On Fri, 2023-09-22 at 14:59 +0000, Paul Durrant wrote:
> From: Paul Durrant <pdurrant@amazon.com>
> 
> The following part of the original cover letter still applies...
> 
> "Currently we treat the shared_info page as guest memory and the VMM
> informs KVM of its location using a GFN. However it is not guest memory as
> such; it's an overlay page. So we pointlessly invalidate and re-cache a
> mapping to the *same page* of memory every time the guest requests that
> shared_info be mapped into its address space. Let's avoid doing that by
> modifying the pfncache code to allow activation using a fixed userspace
> HVA as well as a GPA."
> 
> However, this version of the series has dropped the other changes to try
> to handle the default vcpu_info location directly in KVM. With all the
> corner cases, it was getting sufficiently complex the functionality is
> better off staying in the VMM. So, instead of that code, two new patches
> have been added:

I think there's key information missing from this cover letter (and
since cover letters don't get preserved, it probably wants to end up in
one of the commits too).

This isn't *just* an optimisation; it's not just that we're pointlessly
invalidating and re-caching it. The problem is the time in *between*
those two, because we don't have atomic memslot updates (qv).

If we have to break apart a large memslot which contains the
shared_info GPA, then add back the two pieces and whatever we've
overlaid in the middle which broke it in two... there are long periods
of time when an interrupt might arrive and the shared_info GPA might
just be *absent*.

Using the HVA for the shinfo page makes a whole bunch of sense since
it's kind of supposed to be a xenheap page anyway and not defined by
the guest address it may — or may NOT — be mapped at.

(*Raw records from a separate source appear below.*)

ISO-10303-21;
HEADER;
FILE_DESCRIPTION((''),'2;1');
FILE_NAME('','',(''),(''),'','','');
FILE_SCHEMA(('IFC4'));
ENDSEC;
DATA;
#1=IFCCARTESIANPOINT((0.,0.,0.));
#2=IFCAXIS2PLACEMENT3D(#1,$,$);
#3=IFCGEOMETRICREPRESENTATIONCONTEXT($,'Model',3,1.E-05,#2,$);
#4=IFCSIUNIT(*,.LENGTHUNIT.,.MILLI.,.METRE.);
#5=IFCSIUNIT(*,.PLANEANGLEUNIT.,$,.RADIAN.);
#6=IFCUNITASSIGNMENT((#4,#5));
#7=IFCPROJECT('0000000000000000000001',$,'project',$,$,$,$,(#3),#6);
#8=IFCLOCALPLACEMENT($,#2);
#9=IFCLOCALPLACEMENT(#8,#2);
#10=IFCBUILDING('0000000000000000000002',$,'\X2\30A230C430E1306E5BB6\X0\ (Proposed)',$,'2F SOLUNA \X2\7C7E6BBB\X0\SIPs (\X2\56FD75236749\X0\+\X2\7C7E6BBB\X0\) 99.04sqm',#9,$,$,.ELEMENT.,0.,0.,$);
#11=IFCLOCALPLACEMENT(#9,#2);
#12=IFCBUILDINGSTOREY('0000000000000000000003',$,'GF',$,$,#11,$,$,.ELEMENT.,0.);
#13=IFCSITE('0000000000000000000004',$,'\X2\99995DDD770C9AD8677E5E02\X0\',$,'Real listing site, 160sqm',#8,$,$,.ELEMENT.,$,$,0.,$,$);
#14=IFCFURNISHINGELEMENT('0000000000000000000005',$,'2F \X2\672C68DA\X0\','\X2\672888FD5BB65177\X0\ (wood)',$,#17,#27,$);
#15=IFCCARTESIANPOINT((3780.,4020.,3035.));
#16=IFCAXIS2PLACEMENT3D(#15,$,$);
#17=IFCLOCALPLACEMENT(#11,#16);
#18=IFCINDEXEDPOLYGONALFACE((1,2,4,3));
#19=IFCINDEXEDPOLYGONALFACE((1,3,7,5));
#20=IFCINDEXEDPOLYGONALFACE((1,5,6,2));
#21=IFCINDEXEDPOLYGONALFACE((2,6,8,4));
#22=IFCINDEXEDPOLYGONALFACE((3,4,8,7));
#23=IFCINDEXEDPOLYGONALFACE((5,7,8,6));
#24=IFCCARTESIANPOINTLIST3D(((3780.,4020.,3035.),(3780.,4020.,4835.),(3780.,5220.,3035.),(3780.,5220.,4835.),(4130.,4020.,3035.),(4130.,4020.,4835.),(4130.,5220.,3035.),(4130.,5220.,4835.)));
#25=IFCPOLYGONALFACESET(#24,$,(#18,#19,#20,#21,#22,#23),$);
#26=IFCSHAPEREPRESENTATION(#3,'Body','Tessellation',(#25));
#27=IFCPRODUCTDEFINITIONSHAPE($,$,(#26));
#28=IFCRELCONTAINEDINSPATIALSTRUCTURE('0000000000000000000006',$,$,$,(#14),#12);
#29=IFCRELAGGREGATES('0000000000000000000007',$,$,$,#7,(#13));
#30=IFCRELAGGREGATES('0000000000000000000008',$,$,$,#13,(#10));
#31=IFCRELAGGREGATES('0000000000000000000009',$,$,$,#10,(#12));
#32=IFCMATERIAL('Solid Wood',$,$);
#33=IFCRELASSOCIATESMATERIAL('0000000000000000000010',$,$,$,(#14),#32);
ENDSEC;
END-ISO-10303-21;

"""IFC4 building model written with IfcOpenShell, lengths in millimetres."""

from ifc_helpers import new_model, si_unit, frame, frame_2d, origin, place, context, project, spatial, rectangle, extrude, material, element, save


model = new_model("IFC4")

# Units and contexts
model_context = context("Model", 3, precision=1e-05, world=origin())
ifc_project = project(units=[si_unit("LENGTHUNIT", "METRE", prefix="MILLI"), si_unit("PLANEANGLEUNIT", "RADIAN")], contexts=[model_context])

# Site, building, storey
site_placement = place(None, origin())
site = spatial("IfcSite", under=ifc_project, at=site_placement, Name="香川県高松市", ObjectType="Real listing site, 160sqm", CompositionType="ELEMENT", RefElevation=0.0)
building_placement = place(site_placement, origin())
building = spatial("IfcBuilding", under=site, at=building_placement, Name="アツメの家 (Proposed)", ObjectType="2F SOLUNA 籾殻SIPs (国産杉+籾殻) 99.04sqm", CompositionType="ELEMENT", ElevationOfRefHeight=0.0, ElevationOfTerrain=0.0)
storey_placement = place(building_placement, origin())
storey = spatial("IfcBuildingStorey", under=building, at=storey_placement, Name="GF", CompositionType="ELEMENT", Elevation=0.0)

# Shared definitions
ifc_material_1 = material(Name="Solid Wood")

# Furnishing element
furnishing_placement = place(storey_placement, frame((3780.0, 4020.0, 3035.0)))
element("IfcFurnishingElement", 1, at=furnishing_placement, inside=storey, material=ifc_material_1, Name="2F 本棚", Description="木製家具 (wood)", context=model_context, shape_type="SweptSolid", body=[
    extrude(rectangle(XDim=350.0, YDim=1200.0, at=frame_2d((175.0, 600.0))), frame((3780.0, 4020.0, 3035.0)), (0.0, 0.0, 1.0), 1800.0),
])

save(model, "model.ifc")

But more to the
point, using the HVA means that the kernel can continue to deliver
event channel interrupts (e.g. timer virqs, MSI pirqs from passthrough
devices, etc.) to it even when it *isn't* mapped.

We don't have the same problem for the vcpu_info because there's a per-
vcpu *shadow* of evtchn_pending_sel for that very purpose, which the
vCPU itself will OR into the real vcpu_info on the way into guest mode.

So since we have to stop all vCPUs before changing the memslots anyway,
the events can gather in that evtchn_pending_sel and it all works out
OK.

It would still be nice to have a way of atomically sticking an overlay
page over the middle of an existing memslot and breaking it apart, but
we can live without it. And even if we *did* get that, what you're
doing here makes a lot of sense anyway.